Faiz ekonomisinin büyümesiyle oluşan kamu zararının milyarlarca dolar olduğu tahmin edilirken, özellikle toplumsal alanda meydana gelen derin tahribatın boyutu hala netleştirilemedi. Belki de başörtüsü ve katsayı engeli nedeniyle ortaya çıkan ve psikolojik tacizlerle örülü tahribatın tam anlamıyla ne boyutu belirlenebilecek ne de sebep olduğu zararlar giderilebilecek.

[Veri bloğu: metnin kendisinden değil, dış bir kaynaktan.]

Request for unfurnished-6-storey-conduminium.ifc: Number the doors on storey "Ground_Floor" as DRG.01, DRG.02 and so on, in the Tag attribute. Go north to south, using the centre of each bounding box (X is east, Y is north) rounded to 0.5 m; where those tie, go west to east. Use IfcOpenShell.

First a look at what the model holds.

```python
import ifcopenshell
import ifcopenshell.util.element
import ifcopenshell.util.placement

model = ifcopenshell.open("unfurnished-6-storey-conduminium.ifc")
print(model.schema)
storey = next(s for s in model.by_type("IfcBuildingStorey") if s.Name == "Ground_Floor")
doors = [e for e in ifcopenshell.util.element.get_decomposition(storey) if e.is_a("IfcDoor")]
for e in sorted(doors, key=lambda e: e.id()):
    origin = ifcopenshell.util.placement.get_local_placement(e.ObjectPlacement)[:3, 3]
    print(e.id(), e.Tag, e.Name, origin.round(2) + 0.0, sep=" | ")
```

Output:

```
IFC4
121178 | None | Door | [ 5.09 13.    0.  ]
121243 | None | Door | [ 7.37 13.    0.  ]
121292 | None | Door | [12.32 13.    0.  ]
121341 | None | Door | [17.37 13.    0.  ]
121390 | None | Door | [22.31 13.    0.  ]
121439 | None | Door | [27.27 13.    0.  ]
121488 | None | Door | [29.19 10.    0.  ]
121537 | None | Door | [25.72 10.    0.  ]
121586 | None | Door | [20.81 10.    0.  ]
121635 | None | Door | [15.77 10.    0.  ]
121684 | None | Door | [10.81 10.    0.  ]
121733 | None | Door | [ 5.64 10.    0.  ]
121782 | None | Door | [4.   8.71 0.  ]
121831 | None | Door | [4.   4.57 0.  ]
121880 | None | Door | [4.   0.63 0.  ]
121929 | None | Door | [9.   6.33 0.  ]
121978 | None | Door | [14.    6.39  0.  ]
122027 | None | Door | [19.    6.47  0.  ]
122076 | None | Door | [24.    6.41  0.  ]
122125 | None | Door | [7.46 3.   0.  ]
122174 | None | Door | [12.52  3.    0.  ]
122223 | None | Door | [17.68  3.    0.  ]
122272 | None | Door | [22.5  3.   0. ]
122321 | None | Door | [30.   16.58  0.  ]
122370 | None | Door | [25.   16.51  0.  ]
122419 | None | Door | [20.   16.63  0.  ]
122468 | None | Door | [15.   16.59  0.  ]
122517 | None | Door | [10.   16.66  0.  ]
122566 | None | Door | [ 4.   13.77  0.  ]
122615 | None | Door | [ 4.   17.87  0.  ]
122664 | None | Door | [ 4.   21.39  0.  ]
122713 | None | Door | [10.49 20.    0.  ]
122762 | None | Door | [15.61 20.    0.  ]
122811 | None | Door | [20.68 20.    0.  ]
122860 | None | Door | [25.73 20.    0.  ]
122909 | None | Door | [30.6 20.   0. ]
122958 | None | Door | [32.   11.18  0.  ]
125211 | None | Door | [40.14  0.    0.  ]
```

```python
import ifcopenshell
import ifcopenshell.geom
import ifcopenshell.util.element
import ifcopenshell.util.shape

model = ifcopenshell.open("unfurnished-6-storey-conduminium.ifc")
settings = ifcopenshell.geom.settings()
settings.set("use-world-coords", True)


def centre(element):
    shape = ifcopenshell.geom.create_shape(settings, element)
    return ifcopenshell.util.shape.get_bbox_centroid(shape.geometry)


storey = next(s for s in model.by_type("IfcBuildingStorey") if s.Name == "Ground_Floor")
doors = [e for e in ifcopenshell.util.element.get_decomposition(storey) if e.is_a("IfcDoor")]

# Insertion points can sit at a corner or the storey origin, so sort by the geometry (in metres).
centres = {e: centre(e) for e in doors}
doors.sort(key=lambda e: (-round(centres[e][1] / 0.5), centres[e][0]))

for i, e in enumerate(doors, start=1):
    number = f"DRG.{i:02d}"
    e.Tag = number
    print(e.id(), number)

model.write("unfurnished-6-storey-conduminium_updated.ifc")
```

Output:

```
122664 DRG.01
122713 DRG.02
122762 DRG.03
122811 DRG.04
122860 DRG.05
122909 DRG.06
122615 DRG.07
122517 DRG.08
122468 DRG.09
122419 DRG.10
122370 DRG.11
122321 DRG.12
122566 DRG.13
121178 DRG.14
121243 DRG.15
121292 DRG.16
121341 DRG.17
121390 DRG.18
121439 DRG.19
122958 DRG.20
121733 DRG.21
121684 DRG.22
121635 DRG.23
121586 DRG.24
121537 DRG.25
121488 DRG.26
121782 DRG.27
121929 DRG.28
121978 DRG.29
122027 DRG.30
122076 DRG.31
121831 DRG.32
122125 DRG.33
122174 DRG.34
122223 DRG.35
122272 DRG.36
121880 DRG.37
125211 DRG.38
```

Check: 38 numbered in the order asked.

28 Şubat süreci toplumsal ve siyasal dönüşümü içeren bir sürekliliği ifade ediyordu. İzlenen politika Türkiye’nin hala çözümleyemediği derin sosyal ve siyasal izler bıraktı. Özellikle toplum psikolojisinin 28 Şubat travmasını hala atlatamadığını söyleyebiliriz. Diğer yandan süreç boyunca yaşanan hak ihlallerinin, maddi ve manevi boyutlarıyla tamamen ortadan kaldırıldığını ifade edemeyiz. 28 Şubat zihniyeti ve kurumları tasfiye edildi, ama bıraktığı izler hala ortada ve hala taze.
Toplumun bütün kılcal noktalarına yayılan bu tahribat sebebiyledir ki 28 Şubat’ın toplum vicdanında oturduğu yer hiç şaşırtıcı olmadı. Refahyol Hükümeti’nin devrilmesinden sadece 5 yıl sonra, 3 Kasım 2002’de, Türkiye’nin askeri vesayete davetiye çıkaran Koalisyonlar Devri kapandı. Yeni açılan sayfa ise artık başka bir Türkiye’yi yazacaktı.